Giant wall on Syrian border changes life for Turkish villagers

Giant wall on Syrian border changes life for Turkish villagers

Gülden Aydın – MARDİN
Giant wall on Syrian border changes life for Turkish villagers A wall that has been built on Turkey’s border with Syria has changed the lives of many villagers in the area, with many of them describing drastic differences in their daily lives after the construction of the wall. 

The authorities say the construction of a 700-kilometer wall on the Syrian border aims to block terrorist infiltration and prevent illegal entry and exit from Turkey. 

The building of the wall on the 911-kilometer border, which began in September 2016, is about to be completed, after which it will be the third longest in the world.

Two thirds of the wall pass through the southeastern provinces of Şanlıurfa, Mardin and Şırnak. 

In the border areas of Mardin’s Kızıltepe district, wheat harvests can be seen bisected by the wall, which rises to three meters high with razor wires on top and which passes between Kızıltepe’s Şenyurt neighborhood and the Syrian town of Ad Darbasiyah.

The wall has transformed Şenyurt into a ghost neighborhood with a closed border gate, abandoned train stations and depleted population.

Elderly residents of the area complained about the closure of the border gate.

“The gate was open until 50 days ago. Syrian citizens with IDs were able to pass through the gate. The decision to close the gate ended trade. The youths left for elsewhere in order to find work,” one told daily Hürriyet.

Soldiers patrol the area between the former border fences and the new wall that lies in front of the border villages of Salkım and Karatepe. Howitzers were placed on piled up soil every 500 meters as a precaution against possible attacks.

Tanks and military equipment are gathered in the new military posts along the border. 

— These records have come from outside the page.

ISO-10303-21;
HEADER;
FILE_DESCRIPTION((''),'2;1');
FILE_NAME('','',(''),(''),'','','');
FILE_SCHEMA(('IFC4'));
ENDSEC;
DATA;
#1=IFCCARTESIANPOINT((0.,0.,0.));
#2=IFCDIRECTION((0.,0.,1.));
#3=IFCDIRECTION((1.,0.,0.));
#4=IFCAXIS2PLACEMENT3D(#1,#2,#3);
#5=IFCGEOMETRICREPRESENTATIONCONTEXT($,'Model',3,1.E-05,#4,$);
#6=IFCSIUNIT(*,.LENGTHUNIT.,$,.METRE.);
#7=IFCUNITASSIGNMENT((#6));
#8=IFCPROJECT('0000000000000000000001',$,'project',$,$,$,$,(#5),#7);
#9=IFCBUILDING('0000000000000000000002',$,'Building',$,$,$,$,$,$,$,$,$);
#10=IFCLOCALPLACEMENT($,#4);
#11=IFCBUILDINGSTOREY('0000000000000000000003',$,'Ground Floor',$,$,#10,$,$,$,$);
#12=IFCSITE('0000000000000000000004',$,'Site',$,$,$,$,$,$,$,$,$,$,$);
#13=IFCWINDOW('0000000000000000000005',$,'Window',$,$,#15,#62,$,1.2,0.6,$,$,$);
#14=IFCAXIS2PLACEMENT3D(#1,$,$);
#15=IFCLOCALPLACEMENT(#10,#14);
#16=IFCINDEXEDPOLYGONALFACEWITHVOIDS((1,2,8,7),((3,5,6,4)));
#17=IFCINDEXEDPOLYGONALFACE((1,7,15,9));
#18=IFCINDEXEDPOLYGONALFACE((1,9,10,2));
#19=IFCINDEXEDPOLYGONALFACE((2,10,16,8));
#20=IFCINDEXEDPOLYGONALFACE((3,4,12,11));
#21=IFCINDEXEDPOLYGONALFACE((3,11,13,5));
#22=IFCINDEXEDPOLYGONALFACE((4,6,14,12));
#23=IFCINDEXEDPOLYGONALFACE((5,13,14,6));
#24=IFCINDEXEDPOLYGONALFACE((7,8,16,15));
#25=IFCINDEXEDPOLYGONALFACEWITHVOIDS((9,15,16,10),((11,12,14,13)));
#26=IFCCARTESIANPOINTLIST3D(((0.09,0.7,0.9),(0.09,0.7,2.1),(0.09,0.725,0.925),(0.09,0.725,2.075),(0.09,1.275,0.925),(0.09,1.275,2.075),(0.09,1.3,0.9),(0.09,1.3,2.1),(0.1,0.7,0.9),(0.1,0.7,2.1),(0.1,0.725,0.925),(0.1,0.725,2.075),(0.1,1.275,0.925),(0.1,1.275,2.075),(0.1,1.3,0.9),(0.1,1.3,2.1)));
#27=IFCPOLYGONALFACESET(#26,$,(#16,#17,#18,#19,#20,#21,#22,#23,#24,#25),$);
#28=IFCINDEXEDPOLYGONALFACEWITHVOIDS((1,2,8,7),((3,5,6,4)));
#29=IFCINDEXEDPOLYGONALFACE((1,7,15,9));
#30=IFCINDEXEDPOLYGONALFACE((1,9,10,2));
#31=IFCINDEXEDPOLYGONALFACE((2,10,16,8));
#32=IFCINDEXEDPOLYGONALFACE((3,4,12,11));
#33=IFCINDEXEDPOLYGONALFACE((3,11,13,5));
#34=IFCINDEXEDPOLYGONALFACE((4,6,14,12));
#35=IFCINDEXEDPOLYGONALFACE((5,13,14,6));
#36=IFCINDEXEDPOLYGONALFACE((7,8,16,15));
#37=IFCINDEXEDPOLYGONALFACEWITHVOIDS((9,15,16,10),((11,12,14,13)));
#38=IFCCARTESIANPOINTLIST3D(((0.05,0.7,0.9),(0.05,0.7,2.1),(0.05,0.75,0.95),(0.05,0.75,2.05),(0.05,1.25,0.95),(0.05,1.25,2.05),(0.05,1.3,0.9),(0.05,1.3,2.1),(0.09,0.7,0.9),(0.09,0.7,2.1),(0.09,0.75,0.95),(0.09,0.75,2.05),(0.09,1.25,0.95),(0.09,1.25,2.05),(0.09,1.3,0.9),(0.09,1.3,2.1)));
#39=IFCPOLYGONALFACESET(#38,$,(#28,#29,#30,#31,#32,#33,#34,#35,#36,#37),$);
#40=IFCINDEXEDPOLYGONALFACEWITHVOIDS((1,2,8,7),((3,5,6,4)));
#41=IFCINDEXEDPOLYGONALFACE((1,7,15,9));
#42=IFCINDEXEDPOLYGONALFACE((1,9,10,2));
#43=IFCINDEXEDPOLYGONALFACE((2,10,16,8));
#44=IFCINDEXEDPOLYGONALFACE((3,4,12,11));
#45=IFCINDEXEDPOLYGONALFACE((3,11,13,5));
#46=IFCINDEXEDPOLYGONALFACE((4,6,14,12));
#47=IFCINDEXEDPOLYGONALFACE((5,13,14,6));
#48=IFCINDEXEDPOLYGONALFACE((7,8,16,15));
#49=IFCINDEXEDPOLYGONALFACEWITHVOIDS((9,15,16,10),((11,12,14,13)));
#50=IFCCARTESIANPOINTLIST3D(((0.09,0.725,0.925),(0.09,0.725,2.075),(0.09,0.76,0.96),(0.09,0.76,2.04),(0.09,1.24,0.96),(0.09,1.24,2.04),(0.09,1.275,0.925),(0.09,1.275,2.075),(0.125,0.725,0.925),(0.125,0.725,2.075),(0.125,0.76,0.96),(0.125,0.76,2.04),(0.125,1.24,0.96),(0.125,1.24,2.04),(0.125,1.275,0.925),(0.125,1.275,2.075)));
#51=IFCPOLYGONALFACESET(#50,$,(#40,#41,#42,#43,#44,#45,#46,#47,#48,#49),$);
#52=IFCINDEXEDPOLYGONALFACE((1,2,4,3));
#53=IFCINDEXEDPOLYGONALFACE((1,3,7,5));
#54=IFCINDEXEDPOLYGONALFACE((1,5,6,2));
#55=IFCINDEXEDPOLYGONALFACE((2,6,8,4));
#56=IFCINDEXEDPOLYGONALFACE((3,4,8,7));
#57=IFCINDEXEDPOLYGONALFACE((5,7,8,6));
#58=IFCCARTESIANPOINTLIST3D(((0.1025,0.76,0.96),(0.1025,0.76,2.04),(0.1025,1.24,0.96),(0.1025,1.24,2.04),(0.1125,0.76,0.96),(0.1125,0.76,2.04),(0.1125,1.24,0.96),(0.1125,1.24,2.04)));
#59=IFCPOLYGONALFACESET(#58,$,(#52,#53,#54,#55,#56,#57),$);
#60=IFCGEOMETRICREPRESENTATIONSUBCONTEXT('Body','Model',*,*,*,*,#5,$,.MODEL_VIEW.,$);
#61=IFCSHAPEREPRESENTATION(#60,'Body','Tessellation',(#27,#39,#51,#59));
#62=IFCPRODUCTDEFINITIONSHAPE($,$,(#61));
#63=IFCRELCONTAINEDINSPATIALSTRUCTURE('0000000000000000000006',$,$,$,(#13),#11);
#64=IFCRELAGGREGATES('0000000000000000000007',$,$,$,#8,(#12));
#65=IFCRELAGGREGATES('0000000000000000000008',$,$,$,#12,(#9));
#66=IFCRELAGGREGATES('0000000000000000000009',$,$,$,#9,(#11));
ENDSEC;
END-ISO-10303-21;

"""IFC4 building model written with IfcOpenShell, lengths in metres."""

from ifc_helpers import new_model, si_unit, frame, origin_with_axes, place, context, subcontext, project, spatial, line, indexed_curve, outline, extrude, element, save


model = new_model("IFC4")

# Units and contexts
model_context = context("Model", 3, precision=1e-05, world=origin_with_axes())
body_context = subcontext(model_context, "Body", "Model", "MODEL_VIEW")
ifc_project = project(units=[si_unit("LENGTHUNIT", "METRE")], contexts=[model_context])

# Site, building, storey
site = spatial("IfcSite", under=ifc_project, Name="Site")
building = spatial("IfcBuilding", under=site, Name="Building")
storey_placement = place(None, origin_with_axes())
storey = spatial("IfcBuildingStorey", under=building, at=storey_placement, Name="Ground Floor")

# Window
window_1_placement = place(storey_placement, frame((0.0, 1.3, 0.9), z_axis=(0.0, 0.0, 1.0), x_axis=(0.0, -1.0, 0.0)))
element("IfcWindow", 1, at=window_1_placement, inside=storey, Name="Window", OverallHeight=1.2, OverallWidth=0.6, context=body_context, shape_type="SweptSolid", body=[
    extrude(outline(indexed_curve([(0.0, 0.0), (0.6, 0.0), (0.6, 1.2), (0.0, 1.2)], segments=[line(1, 2, 3, 4, 1)]), holes=[indexed_curve([(0.025, 0.025), (0.575, 0.025), (0.575, 1.175), (0.025, 1.175)], segments=[line(1, 2, 3, 4, 1)])]), frame((0.0, 0.09, 0.0), z_axis=(0.0, -1.0, 0.0), x_axis=(1.0, 0.0, 0.0)), (0.0, 0.0, -1.0), 0.01),
    extrude(outline(indexed_curve([(0.0, 0.0), (0.6, 0.0), (0.6, 1.2), (0.0, 1.2)], segments=[line(1, 2, 3, 4, 1)]), holes=[indexed_curve([(0.05, 0.05), (0.55, 0.05), (0.55, 1.15), (0.05, 1.15)], segments=[line(1, 2, 3, 4, 1)])]), frame((0.0, 0.05, 0.0), z_axis=(0.0, -1.0, 0.0), x_axis=(1.0, 0.0, 0.0)), (0.0, 0.0, -1.0), 0.04),
    extrude(outline(indexed_curve([(0.0, 0.0), (0.55, 0.0), (0.55, 1.15), (0.0, 1.15)], segments=[line(1, 2, 3, 4, 1)]), holes=[indexed_curve([(0.035, 0.035), (0.515, 0.035), (0.515, 1.115), (0.035, 1.115)], segments=[line(1, 2, 3, 4, 1)])]), frame((0.025, 0.09, 0.025), z_axis=(0.0, -1.0, 0.0), x_axis=(1.0, 0.0, 0.0)), (0.0, 0.0, -1.0), 0.035),
    extrude(outline(indexed_curve([(0.035, 0.035), (0.515, 0.035), (0.515, 1.115), (0.035, 1.115)], segments=[line(1, 2, 3, 4, 1)])), frame((0.025, 0.1025, 0.025), z_axis=(0.0, -1.0, 0.0), x_axis=(1.0, 0.0, 0.0)), (0.0, 0.0, -1.0), 0.01),
])

save(model, "model.ifc")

The Sakalar and Arpatepe villages of Mardin’s Artuklu district can see the wall and herds graze on both sides. There are two lines of the security wall in front of Mardin’s Nusaybin district that lies across Syria’s Qamishli district. 

One high school student living near the Nusaybin-Qamishli border complained about not being able to see her relatives.

“The wall was definitely a good development, but our relatives remain on the other side,” she said.

The River Tigris, which constitutes a natural border between Turkey and Syria, flows between Şırnak’s Cizre and Silopi. However, the village of Karuh’s access to the river is cut off by the wall, drawing criticism from many villagers.

“We would obtain water from the Tigris and water our fields before the erection of the wall. Now that is forbidden. It’s permitted to those with large fields, but we are obliged to obtain water from an electric well,” said one man. His niece, however, voiced her satisfaction with the security provided by the wall.

“Thank God we are at peace. We have been safer since the wall was erected,” she said.

The border gate that provided a passage for thousands of Syrians escaping from the Islamic State of Iraq and the Levant (ISIL) two years ago in Şanlıurfa’s Akçakale across Syria’s Tel Abyad was also closed.

A massive door weighing 70 tons was placed on the wall between Tel Abyad and Akçakale and the border is the scene of many Turkish flags hung as a reply against the flags of the United States and the Peoples’ Protection Units (YPG) on the Syrian side.

“The construction of the wall [in my area] ended a month ago and my view was blocked,” said İbrahim Polat, a resident of the Aşağı Kendirci village across from Syria’s Kobane. 

“My sister’s field in Kobane was left on the other side of the wall. I can’t see her anymore. I won’t be able to see her if she dies,” Polat said.